(Saved entries)
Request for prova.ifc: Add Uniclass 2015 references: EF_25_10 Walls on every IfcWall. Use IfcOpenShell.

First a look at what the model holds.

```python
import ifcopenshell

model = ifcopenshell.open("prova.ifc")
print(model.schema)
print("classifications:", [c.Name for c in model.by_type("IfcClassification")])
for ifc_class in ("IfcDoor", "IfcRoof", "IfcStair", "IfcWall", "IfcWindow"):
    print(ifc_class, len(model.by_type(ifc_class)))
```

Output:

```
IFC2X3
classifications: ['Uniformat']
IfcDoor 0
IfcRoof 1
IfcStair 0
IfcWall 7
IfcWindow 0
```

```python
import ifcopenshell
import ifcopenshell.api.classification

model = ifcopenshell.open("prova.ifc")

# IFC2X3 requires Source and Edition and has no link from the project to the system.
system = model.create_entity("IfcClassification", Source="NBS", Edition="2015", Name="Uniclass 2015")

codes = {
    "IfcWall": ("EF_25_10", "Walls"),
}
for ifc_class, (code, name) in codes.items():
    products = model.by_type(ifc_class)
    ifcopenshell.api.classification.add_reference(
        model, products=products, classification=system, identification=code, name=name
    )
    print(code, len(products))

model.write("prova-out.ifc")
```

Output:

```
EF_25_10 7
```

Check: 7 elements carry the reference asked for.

...

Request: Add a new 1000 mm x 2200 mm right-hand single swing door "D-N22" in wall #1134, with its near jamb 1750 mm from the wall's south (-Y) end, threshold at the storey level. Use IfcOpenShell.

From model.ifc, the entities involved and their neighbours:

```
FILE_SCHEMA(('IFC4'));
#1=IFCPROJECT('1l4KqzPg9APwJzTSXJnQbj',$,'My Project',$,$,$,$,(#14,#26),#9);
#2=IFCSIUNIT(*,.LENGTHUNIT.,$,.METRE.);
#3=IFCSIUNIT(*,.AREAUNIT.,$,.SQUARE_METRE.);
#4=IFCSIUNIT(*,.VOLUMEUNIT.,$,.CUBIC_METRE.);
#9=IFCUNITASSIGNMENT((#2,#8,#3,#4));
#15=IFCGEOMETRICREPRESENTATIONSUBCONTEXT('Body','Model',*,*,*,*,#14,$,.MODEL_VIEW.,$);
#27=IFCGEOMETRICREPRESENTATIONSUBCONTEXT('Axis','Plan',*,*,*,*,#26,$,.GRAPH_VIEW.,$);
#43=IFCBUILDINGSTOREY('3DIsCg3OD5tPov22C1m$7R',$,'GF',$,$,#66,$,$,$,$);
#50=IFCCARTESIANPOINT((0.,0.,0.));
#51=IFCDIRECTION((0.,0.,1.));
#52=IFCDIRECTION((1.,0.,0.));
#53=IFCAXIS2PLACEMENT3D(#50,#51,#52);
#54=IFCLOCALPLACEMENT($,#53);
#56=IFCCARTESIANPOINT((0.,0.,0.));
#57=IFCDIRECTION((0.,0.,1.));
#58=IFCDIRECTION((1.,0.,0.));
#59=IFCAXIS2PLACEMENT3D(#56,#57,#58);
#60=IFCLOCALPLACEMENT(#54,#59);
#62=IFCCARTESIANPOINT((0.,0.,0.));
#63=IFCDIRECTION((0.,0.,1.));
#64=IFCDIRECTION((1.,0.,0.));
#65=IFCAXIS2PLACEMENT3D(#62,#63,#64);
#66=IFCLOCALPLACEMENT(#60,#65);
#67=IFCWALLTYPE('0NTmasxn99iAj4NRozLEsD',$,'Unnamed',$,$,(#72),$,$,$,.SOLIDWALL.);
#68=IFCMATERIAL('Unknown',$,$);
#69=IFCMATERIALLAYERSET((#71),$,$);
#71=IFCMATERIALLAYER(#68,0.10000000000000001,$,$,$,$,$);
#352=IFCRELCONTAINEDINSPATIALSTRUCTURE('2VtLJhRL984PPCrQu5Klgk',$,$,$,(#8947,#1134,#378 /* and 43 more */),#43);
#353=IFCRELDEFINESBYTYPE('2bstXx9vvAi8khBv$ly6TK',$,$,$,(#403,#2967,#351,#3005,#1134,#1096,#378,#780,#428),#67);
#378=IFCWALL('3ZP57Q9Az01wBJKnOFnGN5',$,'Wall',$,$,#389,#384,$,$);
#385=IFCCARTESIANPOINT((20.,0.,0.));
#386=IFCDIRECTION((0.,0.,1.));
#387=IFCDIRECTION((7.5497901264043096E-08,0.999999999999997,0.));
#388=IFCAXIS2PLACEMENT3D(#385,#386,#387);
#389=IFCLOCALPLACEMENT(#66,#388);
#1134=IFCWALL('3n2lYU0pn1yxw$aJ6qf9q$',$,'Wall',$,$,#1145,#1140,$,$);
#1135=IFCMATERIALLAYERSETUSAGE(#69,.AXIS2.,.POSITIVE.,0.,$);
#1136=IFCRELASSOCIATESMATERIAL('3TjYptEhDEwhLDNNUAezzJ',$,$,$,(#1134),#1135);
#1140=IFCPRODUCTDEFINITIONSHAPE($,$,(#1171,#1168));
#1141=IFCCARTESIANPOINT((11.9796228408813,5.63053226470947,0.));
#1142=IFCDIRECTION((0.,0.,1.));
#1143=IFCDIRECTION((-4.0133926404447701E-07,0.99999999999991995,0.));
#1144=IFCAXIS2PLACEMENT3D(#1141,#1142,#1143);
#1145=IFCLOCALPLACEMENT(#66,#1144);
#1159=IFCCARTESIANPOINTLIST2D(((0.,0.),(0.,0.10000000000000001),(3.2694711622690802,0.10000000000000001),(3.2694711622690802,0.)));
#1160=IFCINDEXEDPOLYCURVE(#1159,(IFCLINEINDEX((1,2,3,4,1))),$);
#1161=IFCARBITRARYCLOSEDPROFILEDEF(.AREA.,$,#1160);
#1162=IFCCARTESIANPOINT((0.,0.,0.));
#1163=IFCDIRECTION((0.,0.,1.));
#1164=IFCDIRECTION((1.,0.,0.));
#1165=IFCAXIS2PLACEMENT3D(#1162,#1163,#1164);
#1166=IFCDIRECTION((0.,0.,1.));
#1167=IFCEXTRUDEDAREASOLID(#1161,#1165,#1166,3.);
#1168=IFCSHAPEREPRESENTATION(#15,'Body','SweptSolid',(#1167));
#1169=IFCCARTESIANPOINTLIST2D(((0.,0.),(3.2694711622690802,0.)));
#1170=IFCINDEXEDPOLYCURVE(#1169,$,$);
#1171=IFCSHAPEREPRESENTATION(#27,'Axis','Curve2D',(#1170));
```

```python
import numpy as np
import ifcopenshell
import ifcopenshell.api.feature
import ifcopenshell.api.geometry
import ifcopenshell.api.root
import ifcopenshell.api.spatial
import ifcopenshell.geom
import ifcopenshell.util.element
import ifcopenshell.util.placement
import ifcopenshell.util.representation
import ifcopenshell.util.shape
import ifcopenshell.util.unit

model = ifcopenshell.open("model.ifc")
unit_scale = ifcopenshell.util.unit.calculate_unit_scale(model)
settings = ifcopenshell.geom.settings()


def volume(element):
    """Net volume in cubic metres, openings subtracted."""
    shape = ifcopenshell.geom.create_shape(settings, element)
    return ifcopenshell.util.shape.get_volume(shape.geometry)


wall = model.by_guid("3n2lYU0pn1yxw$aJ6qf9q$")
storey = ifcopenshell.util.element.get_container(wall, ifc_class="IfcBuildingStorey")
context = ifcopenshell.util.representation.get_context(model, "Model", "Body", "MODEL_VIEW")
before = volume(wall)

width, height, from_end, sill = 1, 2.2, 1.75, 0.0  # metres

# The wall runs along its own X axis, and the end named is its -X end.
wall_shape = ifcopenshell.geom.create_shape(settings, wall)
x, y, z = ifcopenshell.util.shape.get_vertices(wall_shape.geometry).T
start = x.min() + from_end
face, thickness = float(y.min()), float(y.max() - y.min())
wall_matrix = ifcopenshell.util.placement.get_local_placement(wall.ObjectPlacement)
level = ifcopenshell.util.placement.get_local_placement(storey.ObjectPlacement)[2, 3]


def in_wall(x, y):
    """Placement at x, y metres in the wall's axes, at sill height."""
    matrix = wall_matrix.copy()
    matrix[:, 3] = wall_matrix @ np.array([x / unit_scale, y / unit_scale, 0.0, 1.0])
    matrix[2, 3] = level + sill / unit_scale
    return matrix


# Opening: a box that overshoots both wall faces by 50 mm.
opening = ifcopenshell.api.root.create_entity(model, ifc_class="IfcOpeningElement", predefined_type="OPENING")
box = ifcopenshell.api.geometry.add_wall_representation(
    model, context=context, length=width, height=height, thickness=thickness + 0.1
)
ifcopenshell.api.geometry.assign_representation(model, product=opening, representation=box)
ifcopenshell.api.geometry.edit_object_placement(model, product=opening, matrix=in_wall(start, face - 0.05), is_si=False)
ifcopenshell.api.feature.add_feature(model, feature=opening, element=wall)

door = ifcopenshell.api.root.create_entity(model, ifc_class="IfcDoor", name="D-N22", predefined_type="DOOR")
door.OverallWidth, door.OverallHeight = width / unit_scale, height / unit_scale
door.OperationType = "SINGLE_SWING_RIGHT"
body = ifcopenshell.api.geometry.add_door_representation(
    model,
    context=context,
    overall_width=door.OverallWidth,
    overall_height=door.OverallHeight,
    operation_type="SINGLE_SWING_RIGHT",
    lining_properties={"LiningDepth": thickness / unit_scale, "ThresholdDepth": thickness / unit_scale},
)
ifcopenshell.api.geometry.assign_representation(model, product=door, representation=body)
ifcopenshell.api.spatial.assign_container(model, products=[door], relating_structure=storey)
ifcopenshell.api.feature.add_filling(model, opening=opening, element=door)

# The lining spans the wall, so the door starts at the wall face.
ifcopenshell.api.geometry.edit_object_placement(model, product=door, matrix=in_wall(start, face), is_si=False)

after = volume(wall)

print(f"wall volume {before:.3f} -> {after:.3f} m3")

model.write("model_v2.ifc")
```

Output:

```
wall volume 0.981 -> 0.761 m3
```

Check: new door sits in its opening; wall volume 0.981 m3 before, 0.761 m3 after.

...

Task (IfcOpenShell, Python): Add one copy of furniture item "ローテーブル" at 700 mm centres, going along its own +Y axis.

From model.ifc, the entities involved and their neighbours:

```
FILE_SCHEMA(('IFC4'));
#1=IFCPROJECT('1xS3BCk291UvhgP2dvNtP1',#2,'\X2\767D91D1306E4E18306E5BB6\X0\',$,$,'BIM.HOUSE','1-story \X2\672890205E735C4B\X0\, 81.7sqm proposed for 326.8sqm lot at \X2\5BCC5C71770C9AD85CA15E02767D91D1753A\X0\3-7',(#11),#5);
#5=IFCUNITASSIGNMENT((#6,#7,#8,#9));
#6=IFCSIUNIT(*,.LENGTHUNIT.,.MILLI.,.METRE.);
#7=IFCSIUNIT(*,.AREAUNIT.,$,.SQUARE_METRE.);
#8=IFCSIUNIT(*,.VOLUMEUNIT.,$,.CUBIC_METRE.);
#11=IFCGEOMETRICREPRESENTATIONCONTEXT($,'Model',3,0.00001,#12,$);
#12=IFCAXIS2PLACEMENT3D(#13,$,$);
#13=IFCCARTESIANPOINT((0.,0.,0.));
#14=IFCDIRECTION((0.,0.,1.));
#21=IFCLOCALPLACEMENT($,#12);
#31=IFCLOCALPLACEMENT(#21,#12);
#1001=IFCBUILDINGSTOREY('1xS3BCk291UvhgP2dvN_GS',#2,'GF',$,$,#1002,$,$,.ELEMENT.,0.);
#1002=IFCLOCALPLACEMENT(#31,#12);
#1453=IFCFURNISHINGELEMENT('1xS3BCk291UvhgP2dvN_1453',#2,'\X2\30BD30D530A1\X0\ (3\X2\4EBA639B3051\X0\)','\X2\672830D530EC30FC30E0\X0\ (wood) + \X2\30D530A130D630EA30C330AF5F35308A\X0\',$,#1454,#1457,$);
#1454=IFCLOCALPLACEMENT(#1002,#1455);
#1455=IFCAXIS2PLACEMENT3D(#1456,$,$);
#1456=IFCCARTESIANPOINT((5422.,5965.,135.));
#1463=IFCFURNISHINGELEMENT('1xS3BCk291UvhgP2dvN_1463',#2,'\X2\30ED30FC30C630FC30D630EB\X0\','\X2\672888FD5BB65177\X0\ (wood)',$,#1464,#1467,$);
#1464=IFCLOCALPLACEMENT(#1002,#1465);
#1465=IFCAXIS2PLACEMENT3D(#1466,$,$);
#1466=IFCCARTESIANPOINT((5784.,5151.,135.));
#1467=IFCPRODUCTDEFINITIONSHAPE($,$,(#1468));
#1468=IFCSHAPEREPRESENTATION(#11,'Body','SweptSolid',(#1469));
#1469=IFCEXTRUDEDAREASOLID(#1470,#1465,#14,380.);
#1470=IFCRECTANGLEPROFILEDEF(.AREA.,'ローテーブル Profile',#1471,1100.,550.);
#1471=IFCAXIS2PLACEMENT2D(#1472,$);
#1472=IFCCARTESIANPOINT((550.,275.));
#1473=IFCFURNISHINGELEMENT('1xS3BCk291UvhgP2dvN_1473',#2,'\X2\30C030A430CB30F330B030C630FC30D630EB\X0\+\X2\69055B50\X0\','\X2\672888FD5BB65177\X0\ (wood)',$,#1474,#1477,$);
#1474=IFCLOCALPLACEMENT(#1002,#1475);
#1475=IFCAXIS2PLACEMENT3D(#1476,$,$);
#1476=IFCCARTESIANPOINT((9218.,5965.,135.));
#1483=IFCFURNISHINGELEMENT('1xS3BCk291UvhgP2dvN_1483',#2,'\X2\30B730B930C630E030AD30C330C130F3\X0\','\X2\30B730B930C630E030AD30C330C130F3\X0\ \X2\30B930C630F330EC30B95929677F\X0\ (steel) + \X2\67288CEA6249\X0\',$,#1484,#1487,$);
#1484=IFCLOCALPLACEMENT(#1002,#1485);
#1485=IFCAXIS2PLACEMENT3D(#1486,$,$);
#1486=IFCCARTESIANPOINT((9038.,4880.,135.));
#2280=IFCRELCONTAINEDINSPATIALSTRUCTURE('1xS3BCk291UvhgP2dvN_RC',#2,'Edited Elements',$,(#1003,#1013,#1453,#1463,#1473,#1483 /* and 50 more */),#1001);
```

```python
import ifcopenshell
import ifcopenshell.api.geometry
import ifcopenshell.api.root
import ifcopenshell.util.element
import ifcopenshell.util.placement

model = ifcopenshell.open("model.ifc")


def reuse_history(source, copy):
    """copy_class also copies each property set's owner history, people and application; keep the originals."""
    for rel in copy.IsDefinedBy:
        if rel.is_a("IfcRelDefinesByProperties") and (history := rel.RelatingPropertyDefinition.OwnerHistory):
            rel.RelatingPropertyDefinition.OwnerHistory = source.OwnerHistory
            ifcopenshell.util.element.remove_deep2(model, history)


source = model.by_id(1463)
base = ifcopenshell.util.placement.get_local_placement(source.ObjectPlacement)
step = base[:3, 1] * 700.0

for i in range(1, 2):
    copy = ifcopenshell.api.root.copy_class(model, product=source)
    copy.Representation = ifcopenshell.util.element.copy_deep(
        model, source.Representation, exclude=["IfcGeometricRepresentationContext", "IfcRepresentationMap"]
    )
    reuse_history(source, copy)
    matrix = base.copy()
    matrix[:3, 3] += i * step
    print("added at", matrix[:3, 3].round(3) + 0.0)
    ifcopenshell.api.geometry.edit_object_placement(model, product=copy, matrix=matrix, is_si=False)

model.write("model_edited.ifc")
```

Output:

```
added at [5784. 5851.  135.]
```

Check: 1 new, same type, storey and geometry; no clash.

__Work task__.
Find every line in the records that has the word "IFCGEOMETRICREPRESENTATIONSUBCONTEXT". Copy those lines.

__Response__.
#15=IFCGEOMETRICREPRESENTATIONSUBCONTEXT('Body','Model',*,*,*,*,#14,$,.MODEL_VIEW.,$);
#27=IFCGEOMETRICREPRESENTATIONSUBCONTEXT('Axis','Plan',*,*,*,*,#26,$,.GRAPH_VIEW.,$);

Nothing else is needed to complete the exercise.